Whoever your current electricity supplier is, you can almost certainly save money by switching if you haven’t already done so. Switching suppliers sounds complicated but it really isn’t – I’ve just done it and it was very easy to set up (although I’ve yet to receive my first bill from my new supplier or the final bill from the old one so I’ll keep you posted.) If all goes according to plan, by switching supplier and signing up to online billing with a monthly fixed payment, I’ll save a whopping 29% on next year’s electricity.
The easiest way to switch is by using a price comparison website – there are several of these, USwitch being the best known. I also found Energy Choices very user friendly, but for those who do not have access to the internet , Simply Switch offers an excellent telephone switching helpline – 0800 011 1395. Whichever method you use, all you need is your postcode and an idea of your monthly or annual electricity spend. It’s worth looking out your last few bills to get a reasonably accurate figure for this as the tariff you pay will depend on your usage. Before you call or go online, you should also think about how you’d like to pay and whether you’d like to receive paper bills or are happy to be billed online. The cheapest deals available are for online billing and fixed monthly direct debit payment, as these cost less for suppliers to administer. If you want to continue to pay a quarterly paper bill then that will cost slightly more, but if you don’t have internet access at home you can still make a reduction by signing up to monthly payments.
Once you’ve decided to make the change and supplied your details, your new supplier will take over without any further action from you. You don’t need to contact your old supplier as that will be done for you, and they will send you a final bill –it’s worth checking your meter reading on the date the switch is to happen just so you can check this is accurate.
Many people are entitled to cheaper electricity without realising it – all energy providers must by law offer a social tariff to what are termed ‘vulnerable’ customers, and this must be equal to or cheaper than the provider’s cheapest deal. To qualify, customers generally need to be in receipt of either means tested benefits, Disability Living Allowance or pension credits but this varies from supplier to supplier. Those living in fuel poverty (defined as spending 10% or more of household income on fuel) also qualify. If you fall into one of these categories it’s well worth calling your supplier to ask if you qualify for their social tariff. Information on these tariffs is hard to find on suppliers’ websites, but the helplines do seem to be manned by helpful and well-informed staff. Scottish and Southern appear to offer most, with a 20% discount on costs, regardless of payment methods.

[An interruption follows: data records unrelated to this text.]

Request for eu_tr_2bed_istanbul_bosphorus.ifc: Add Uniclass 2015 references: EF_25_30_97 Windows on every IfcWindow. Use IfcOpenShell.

First a look at what the model holds.

```python
import ifcopenshell

model = ifcopenshell.open("eu_tr_2bed_istanbul_bosphorus.ifc")
print(model.schema)
print("classifications:", [c.Name for c in model.by_type("IfcClassification")])
for ifc_class in ("IfcDoor", "IfcRoof", "IfcStair", "IfcWall", "IfcWindow"):
    print(ifc_class, len(model.by_type(ifc_class)))
```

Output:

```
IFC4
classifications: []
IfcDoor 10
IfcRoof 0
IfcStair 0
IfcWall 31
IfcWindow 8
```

```python
import ifcopenshell
import ifcopenshell.api.classification

model = ifcopenshell.open("eu_tr_2bed_istanbul_bosphorus.ifc")

system = ifcopenshell.api.classification.add_classification(model, classification="Uniclass 2015")

codes = {
    "IfcWindow": ("EF_25_30_97", "Windows"),
}
for ifc_class, (code, name) in codes.items():
    products = model.by_type(ifc_class)
    ifcopenshell.api.classification.add_reference(
        model, products=products, classification=system, identification=code, name=name
    )
    print(code, len(products))

model.write("eu_tr_2bed_istanbul_bosphorus_rev.ifc")
```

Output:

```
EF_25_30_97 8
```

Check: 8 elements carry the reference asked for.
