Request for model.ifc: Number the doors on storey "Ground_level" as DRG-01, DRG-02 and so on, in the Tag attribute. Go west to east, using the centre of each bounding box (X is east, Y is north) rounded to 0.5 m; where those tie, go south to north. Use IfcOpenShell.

First a look at what the model holds.

```python
import ifcopenshell
import ifcopenshell.util.element
import ifcopenshell.util.placement

model = ifcopenshell.open("model.ifc")
print(model.schema)
storey = next(s for s in model.by_type("IfcBuildingStorey") if s.Name == "Ground_level")
doors = [e for e in ifcopenshell.util.element.get_decomposition(storey) if e.is_a("IfcDoor")]
for e in sorted(doors, key=lambda e: e.id()):
    origin = ifcopenshell.util.placement.get_local_placement(e.ObjectPlacement)[:3, 3]
    print(e.id(), e.Tag, e.Name, origin.round(2) + 0.0, sep=" | ")
```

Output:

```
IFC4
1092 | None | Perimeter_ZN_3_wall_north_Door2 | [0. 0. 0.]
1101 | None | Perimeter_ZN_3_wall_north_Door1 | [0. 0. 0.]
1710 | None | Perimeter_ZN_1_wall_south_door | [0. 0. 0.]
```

```python
import ifcopenshell
import ifcopenshell.geom
import ifcopenshell.util.element
import ifcopenshell.util.shape

model = ifcopenshell.open("model.ifc")
settings = ifcopenshell.geom.settings()
settings.set("use-world-coords", True)


def centre(element):
    shape = ifcopenshell.geom.create_shape(settings, element)
    return ifcopenshell.util.shape.get_bbox_centroid(shape.geometry)


storey = next(s for s in model.by_type("IfcBuildingStorey") if s.Name == "Ground_level")
doors = [e for e in ifcopenshell.util.element.get_decomposition(storey) if e.is_a("IfcDoor")]

# Insertion points can sit at a corner or the storey origin, so sort by the geometry (in metres).
centres = {e: centre(e) for e in doors}
doors.sort(key=lambda e: (round(centres[e][0] / 0.5), centres[e][1]))

for i, e in enumerate(doors, start=1):
    number = f"DRG-{i:02d}"
    e.Tag = number
    print(e.id(), number)

model.write("model-out.ifc")
```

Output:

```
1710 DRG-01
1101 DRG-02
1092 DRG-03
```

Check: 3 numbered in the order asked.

Many people opt to use prepayment meters, but you should think carefully before making this choice. Suppliers need to recover the cost of administering this system and you will typically pay up to a third more for your electricity than if you have a normal account. The exception to this is Scottish Power, which is the only firm to set its prepayment meters at a lower cost than standard. If you are with another supplier, on a low income and a prepayment meter is your only option, think about switching.